There should not be light to notice such things. He shrugged and shifted sideways a handspan or so, couldn’t summon the energy to move further.

“Ahjvar.” So quietly. Yeh-Lin knelt up facing him, put a hand on his chest. He clenched his jaw, trapped and not going to give her the satisfaction of seeing him jerk away like a dog from a blow. “Do think on what you want, what you need from him. You are a weight on him, a burden of his own choosing, yes, but all Nabban falls on him and he needs either his champion at his back to help him bear it, or to be free of ghosts. Your ghosts. You.”

Racing pulse, drumming in his ears. He could hurl her away. He had moved so that the knife pressed against his hip, and he was hardly unarmed, besides. He held himself still.

“Tell your own ghosts they are dreams. They are dead and gone. They are a sickness of your own mind. Tell Miara, she is dead and gone to the Old Great Gods—”

But the hag had fed—

“Don’t! She is free and gone, beyond pain, beyond reach of hurt, beyond any saving or damnation and whatever came to her soul, all that is of her in this world is what you carry. Do you want that memory to be the manner of her death, or her life and her valiant heart? Start there. Tell me.”

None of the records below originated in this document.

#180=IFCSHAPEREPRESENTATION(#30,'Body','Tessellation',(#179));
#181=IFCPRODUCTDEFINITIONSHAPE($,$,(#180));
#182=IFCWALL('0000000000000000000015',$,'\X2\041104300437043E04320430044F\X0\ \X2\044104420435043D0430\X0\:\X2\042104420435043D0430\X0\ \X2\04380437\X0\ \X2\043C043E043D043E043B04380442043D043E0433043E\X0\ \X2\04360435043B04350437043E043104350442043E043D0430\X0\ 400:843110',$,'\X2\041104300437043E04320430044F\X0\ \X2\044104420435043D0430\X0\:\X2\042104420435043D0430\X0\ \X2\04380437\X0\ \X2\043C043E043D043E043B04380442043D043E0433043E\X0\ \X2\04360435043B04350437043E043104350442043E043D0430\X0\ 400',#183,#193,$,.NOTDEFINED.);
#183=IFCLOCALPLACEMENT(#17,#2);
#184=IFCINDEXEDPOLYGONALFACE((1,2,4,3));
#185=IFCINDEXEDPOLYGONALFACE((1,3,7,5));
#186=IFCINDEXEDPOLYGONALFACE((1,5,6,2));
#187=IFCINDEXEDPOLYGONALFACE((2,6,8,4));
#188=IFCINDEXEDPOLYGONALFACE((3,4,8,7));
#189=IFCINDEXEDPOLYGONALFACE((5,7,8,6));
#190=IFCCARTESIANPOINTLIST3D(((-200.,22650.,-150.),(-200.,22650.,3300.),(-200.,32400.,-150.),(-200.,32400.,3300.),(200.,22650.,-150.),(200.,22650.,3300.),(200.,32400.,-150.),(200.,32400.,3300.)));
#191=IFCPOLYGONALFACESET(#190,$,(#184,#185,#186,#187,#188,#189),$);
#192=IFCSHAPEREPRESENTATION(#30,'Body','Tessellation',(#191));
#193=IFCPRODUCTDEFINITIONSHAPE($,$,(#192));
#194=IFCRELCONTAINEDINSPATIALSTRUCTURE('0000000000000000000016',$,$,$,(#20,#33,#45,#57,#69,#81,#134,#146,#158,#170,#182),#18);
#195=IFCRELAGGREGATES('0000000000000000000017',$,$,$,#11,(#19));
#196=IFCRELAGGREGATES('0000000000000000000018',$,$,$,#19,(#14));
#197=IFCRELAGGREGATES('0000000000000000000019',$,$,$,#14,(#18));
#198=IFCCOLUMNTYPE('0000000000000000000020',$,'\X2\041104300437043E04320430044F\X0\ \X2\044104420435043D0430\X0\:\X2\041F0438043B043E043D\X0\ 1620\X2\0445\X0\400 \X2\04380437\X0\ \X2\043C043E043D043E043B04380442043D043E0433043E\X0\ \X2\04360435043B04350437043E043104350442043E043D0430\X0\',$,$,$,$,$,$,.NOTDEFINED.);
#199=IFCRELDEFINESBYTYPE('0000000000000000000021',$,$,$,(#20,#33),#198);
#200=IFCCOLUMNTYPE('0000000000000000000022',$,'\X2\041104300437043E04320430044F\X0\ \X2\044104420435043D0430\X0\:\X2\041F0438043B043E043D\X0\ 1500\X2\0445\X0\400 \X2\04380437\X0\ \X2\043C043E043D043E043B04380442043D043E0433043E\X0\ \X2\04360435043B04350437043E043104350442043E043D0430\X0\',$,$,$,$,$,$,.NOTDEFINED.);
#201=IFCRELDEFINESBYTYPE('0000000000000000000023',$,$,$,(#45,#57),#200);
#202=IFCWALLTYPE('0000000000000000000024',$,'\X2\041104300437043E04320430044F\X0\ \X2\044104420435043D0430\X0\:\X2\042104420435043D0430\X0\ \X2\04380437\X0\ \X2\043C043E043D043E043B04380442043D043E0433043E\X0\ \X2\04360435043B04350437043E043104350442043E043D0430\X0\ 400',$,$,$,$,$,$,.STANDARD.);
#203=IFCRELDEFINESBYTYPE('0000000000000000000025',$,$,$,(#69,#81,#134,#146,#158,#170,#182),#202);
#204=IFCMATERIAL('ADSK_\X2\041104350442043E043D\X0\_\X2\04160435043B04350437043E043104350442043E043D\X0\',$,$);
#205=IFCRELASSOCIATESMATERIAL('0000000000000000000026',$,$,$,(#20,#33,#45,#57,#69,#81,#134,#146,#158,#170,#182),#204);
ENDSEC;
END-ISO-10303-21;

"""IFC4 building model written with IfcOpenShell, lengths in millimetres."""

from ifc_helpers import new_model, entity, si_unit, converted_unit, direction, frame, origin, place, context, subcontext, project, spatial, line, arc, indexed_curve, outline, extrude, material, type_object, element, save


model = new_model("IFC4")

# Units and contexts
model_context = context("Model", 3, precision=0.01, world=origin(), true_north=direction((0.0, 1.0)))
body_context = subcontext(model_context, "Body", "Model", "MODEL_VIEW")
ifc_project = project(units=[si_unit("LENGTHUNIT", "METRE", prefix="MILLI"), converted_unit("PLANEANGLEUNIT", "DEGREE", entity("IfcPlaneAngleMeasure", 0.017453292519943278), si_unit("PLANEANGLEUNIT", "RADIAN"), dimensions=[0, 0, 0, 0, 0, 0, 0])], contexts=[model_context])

“Tell you what?” His voice croaked.

“Tell me she lived. She loved. She was beautiful.”

He swallowed. Took her hand, carefully, off his chest. But her fingers folded around his, very lightly, and he made himself not pull away, as Yeh-Lin sat back on her heels, facing him. Let himself hold her hand. “Tell me.”

“She wasn’t, really.”

“Tell me who she was.”

“She—she served in the queen’s hall, when she was younger. Not the first of the royal wizards, but not the least. But when her husband died and her sons were grown Miara went to the hills. She belonged on the hills. She liked the silences, and the wind. She tamed hawks and flew them. She didn’t take them from their nests, she coaxed them from the sky, wild birds, and they hunted for her. . . .”

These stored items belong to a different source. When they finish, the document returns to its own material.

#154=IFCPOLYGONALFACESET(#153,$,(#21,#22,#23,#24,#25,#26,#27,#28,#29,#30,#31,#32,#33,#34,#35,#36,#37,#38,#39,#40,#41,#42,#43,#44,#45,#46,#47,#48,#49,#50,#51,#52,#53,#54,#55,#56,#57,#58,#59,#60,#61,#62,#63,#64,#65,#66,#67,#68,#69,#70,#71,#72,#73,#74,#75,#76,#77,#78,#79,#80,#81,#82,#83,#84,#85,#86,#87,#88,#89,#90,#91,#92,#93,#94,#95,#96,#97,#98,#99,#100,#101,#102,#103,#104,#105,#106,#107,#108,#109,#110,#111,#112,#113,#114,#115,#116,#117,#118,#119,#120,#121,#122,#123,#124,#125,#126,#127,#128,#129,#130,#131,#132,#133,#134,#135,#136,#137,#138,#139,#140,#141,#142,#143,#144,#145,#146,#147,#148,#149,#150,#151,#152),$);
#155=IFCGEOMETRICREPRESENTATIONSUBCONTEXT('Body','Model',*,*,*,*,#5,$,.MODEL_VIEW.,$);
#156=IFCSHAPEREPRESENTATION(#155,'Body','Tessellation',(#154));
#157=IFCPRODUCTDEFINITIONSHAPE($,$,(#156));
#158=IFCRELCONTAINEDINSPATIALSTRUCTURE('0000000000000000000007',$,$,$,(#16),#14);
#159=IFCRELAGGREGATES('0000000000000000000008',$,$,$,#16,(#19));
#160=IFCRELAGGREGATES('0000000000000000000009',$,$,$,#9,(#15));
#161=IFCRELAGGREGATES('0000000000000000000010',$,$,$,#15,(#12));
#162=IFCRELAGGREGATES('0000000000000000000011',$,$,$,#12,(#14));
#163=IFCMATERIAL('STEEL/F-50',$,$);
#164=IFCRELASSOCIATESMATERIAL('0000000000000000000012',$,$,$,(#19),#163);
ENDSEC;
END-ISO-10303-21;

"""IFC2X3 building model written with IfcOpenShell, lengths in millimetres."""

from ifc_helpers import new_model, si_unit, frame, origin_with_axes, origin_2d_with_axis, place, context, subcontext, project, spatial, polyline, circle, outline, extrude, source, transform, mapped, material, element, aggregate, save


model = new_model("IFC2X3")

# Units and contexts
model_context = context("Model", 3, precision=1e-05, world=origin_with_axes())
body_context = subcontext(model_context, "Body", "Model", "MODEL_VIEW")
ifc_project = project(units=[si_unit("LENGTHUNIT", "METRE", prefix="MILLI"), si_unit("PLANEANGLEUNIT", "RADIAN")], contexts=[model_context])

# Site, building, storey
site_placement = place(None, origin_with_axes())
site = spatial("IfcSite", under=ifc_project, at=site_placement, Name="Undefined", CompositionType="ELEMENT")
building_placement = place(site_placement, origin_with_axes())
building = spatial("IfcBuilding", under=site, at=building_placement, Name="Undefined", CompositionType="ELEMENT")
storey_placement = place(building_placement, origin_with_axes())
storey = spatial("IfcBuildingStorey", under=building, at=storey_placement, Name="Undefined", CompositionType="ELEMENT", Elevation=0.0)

He could see her. Plain, broad-faced, blue-grey eyes. A woman with her brown hair greying and in a long and wind-ravelled plait. Grinning at him, triumphant, having got a red-tail to settle on his arm a moment, for all the corrupted taint of him. Laughing at his pleasure in her joy, in this place on the hills where for a little the cities and the work he found there to keep the hag quiescent and fed could be forgotten, almost.

Only ever almost.

“Remember her truly, now. If you are dreaming now, think: you dream her truly.” Yeh-Lin touched his face. Wet. Tears, or dew. Sitting out in the cold night, grappling ghosts. “Look at me. I am not the Lady. I am not Tu’usha. One woman is not another. One devil is not another. One love is not another. If I am only your dream, I can do you no harm, and if I am not, I will not, I say it. Do you need to be afraid?”

There was a fire within her. It was not his nightmare, his memory of burning, of Hyllau burning; it was the devil’s soul, a flicker in her eyes. The Lady had burned so.

“I am not the Lady, Ahjvar, and you are stronger than she ever was. For all of her, and Hyllau, and your viciously foolish goddess, you are unbroken yet.”

He leaned abruptly forward and did kiss her, with his heart racing too fast and not from any arousal of desire. She put her hands, not about him—he stiffened and almost pulled away when she moved—but only on his shoulders. What she made that kiss was neither chaste nor brief, but her lips and tongue were sweet and careful. When finally she pulled away from him, smiling, he was most definitely . . . not without any arousal of desire.

“There,” she said. “Now I have something worth dreaming of, to keep me warm tonight, if Nabban’s tasks allow me any time for sleep. You—I could wish it so for you as well, but I doubt it. This is the best you’ll allow yourself.”

“Now you’ll say you are a dream after all?” Amused in spite of himself. Annoyed, too, as if he were the butt of a joke and could not quite see how.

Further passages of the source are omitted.